--- START ---
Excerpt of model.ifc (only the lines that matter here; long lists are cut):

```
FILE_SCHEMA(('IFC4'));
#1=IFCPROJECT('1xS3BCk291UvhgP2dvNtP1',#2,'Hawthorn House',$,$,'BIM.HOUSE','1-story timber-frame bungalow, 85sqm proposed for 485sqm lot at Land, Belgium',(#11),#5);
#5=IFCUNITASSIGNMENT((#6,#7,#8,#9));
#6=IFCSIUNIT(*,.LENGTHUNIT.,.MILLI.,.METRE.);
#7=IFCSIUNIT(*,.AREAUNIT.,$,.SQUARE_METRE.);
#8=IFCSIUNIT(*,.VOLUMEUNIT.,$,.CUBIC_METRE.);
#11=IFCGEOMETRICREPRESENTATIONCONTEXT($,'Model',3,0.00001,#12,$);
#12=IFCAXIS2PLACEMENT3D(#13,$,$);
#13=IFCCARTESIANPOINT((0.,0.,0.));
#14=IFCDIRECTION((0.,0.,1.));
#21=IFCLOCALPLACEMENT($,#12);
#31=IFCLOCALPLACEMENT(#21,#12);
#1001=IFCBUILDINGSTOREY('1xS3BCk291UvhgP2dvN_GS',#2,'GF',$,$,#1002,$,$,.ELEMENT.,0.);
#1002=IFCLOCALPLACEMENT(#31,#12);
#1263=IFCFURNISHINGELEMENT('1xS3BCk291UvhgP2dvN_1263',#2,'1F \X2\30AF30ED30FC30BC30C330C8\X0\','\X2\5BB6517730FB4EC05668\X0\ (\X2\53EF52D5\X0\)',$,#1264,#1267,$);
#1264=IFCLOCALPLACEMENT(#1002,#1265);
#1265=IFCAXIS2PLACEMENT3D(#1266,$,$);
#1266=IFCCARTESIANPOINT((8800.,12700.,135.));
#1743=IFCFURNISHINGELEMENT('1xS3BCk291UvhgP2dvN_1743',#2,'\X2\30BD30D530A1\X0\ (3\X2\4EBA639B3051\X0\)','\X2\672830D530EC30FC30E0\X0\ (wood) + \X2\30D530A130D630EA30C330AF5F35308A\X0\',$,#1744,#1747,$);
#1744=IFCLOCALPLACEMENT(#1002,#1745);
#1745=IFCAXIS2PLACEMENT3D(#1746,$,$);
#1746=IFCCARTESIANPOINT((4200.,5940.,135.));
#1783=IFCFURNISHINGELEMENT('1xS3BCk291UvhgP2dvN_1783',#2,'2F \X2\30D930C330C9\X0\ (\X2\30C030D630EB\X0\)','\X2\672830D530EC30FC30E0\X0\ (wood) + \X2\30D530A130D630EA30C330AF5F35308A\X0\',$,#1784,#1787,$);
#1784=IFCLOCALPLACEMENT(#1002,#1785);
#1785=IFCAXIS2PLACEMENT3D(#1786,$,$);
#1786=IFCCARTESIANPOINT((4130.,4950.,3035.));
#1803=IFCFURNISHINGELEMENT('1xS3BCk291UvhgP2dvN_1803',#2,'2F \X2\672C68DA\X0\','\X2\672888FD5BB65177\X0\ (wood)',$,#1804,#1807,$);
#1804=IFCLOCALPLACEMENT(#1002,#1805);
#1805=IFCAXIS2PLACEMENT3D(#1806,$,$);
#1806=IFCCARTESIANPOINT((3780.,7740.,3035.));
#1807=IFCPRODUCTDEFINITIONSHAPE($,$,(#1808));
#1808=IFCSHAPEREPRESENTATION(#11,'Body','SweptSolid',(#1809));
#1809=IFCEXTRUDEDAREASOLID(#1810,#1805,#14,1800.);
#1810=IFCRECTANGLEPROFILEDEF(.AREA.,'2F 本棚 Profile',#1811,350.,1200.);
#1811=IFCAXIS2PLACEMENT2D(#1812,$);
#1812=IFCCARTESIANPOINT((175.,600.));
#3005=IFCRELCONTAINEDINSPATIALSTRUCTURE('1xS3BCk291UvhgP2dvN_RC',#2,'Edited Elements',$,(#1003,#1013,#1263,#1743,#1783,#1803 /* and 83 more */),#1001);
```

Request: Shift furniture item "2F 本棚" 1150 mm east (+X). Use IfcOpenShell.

```python
import ifcopenshell
import ifcopenshell.api.geometry
import ifcopenshell.util.placement

model = ifcopenshell.open("model.ifc")

item = model.by_guid("1xS3BCk291UvhgP2dvN_1803")
matrix = ifcopenshell.util.placement.get_local_placement(item.ObjectPlacement)
matrix[0, 3] += 1150.0
ifcopenshell.api.geometry.edit_object_placement(model, product=item, matrix=matrix, is_si=False)

print(ifcopenshell.util.placement.get_local_placement(item.ObjectPlacement).round(3) + 0.0)

model.write("model_rev.ifc")
```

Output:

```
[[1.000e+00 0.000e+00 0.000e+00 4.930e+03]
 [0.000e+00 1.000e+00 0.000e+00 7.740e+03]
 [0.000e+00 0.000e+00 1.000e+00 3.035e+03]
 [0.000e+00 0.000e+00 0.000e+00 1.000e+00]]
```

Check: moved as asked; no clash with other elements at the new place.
--- END ---
In your reply, restate every entry exactly.

Excerpt of model.ifc (only the lines that matter here; long lists are cut):

```
FILE_SCHEMA(('IFC4'));
#1=IFCPROJECT('1xS3BCk291UvhgP2dvNtP1',#2,'Hawthorn House',$,$,'BIM.HOUSE','1-story timber-frame bungalow, 85sqm proposed for 485sqm lot at Land, Belgium',(#11),#5);
#5=IFCUNITASSIGNMENT((#6,#7,#8,#9));
#6=IFCSIUNIT(*,.LENGTHUNIT.,.MILLI.,.METRE.);
#7=IFCSIUNIT(*,.AREAUNIT.,$,.SQUARE_METRE.);
#8=IFCSIUNIT(*,.VOLUMEUNIT.,$,.CUBIC_METRE.);
#11=IFCGEOMETRICREPRESENTATIONCONTEXT($,'Model',3,0.00001,#12,$);
#12=IFCAXIS2PLACEMENT3D(#13,$,$);
#13=IFCCARTESIANPOINT((0.,0.,0.));
#14=IFCDIRECTION((0.,0.,1.));
#21=IFCLOCALPLACEMENT($,#12);
#31=IFCLOCALPLACEMENT(#21,#12);
#1001=IFCBUILDINGSTOREY('1xS3BCk291UvhgP2dvN_GS',#2,'GF',$,$,#1002,$,$,.ELEMENT.,0.);
#1002=IFCLOCALPLACEMENT(#31,#12);
#1263=IFCFURNISHINGELEMENT('1xS3BCk291UvhgP2dvN_1263',#2,'1F \X2\30AF30ED30FC30BC30C330C8\X0\','\X2\5BB6517730FB4EC05668\X0\ (\X2\53EF52D5\X0\)',$,#1264,#1267,$);
#1264=IFCLOCALPLACEMENT(#1002,#1265);
#1265=IFCAXIS2PLACEMENT3D(#1266,$,$);
#1266=IFCCARTESIANPOINT((8800.,12700.,135.));
#1743=IFCFURNISHINGELEMENT('1xS3BCk291UvhgP2dvN_1743',#2,'\X2\30BD30D530A1\X0\ (3\X2\4EBA639B3051\X0\)','\X2\672830D530EC30FC30E0\X0\ (wood) + \X2\30D530A130D630EA30C330AF5F35308A\X0\',$,#1744,#1747,$);
#1744=IFCLOCALPLACEMENT(#1002,#1745);
#1745=IFCAXIS2PLACEMENT3D(#1746,$,$);
#1746=IFCCARTESIANPOINT((4200.,5940.,135.));
#1783=IFCFURNISHINGELEMENT('1xS3BCk291UvhgP2dvN_1783',#2,'2F \X2\30D930C330C9\X0\ (\X2\30C030D630EB\X0\)','\X2\672830D530EC30FC30E0\X0\ (wood) + \X2\30D530A130D630EA30C330AF5F35308A\X0\',$,#1784,#1787,$);
#1784=IFCLOCALPLACEMENT(#1002,#1785);
#1785=IFCAXIS2PLACEMENT3D(#1786,$,$);
#1786=IFCCARTESIANPOINT((4130.,4950.,3035.));
#1803=IFCFURNISHINGELEMENT('1xS3BCk291UvhgP2dvN_1803',#2,'2F \X2\672C68DA\X0\','\X2\672888FD5BB65177\X0\ (wood)',$,#1804,#1807,$);
#1804=IFCLOCALPLACEMENT(#1002,#1805);
#1805=IFCAXIS2PLACEMENT3D(#1806,$,$);
#1806=IFCCARTESIANPOINT((3780.,7740.,3035.));
#1807=IFCPRODUCTDEFINITIONSHAPE($,$,(#1808));
#1808=IFCSHAPEREPRESENTATION(#11,'Body','SweptSolid',(#1809));
#1809=IFCEXTRUDEDAREASOLID(#1810,#1805,#14,1800.);
#1810=IFCRECTANGLEPROFILEDEF(.AREA.,'2F 本棚 Profile',#1811,350.,1200.);
#1811=IFCAXIS2PLACEMENT2D(#1812,$);
#1812=IFCCARTESIANPOINT((175.,600.));
#3005=IFCRELCONTAINEDINSPATIALSTRUCTURE('1xS3BCk291UvhgP2dvN_RC',#2,'Edited Elements',$,(#1003,#1013,#1263,#1743,#1783,#1803 /* and 83 more */),#1001);
```

Request: Shift furniture item "2F 本棚" 1150 mm east (+X). Use IfcOpenShell.

```python
import ifcopenshell
import ifcopenshell.api.geometry
import ifcopenshell.util.placement

model = ifcopenshell.open("model.ifc")

item = model.by_guid("1xS3BCk291UvhgP2dvN_1803")
matrix = ifcopenshell.util.placement.get_local_placement(item.ObjectPlacement)
matrix[0, 3] += 1150.0
ifcopenshell.api.geometry.edit_object_placement(model, product=item, matrix=matrix, is_si=False)

print(ifcopenshell.util.placement.get_local_placement(item.ObjectPlacement).round(3) + 0.0)

model.write("model_rev.ifc")
```

Output:

```
[[1.000e+00 0.000e+00 0.000e+00 4.930e+03]
 [0.000e+00 1.000e+00 0.000e+00 7.740e+03]
 [0.000e+00 0.000e+00 1.000e+00 3.035e+03]
 [0.000e+00 0.000e+00 0.000e+00 1.000e+00]]
```

Check: moved as asked; no clash with other elements at the new place.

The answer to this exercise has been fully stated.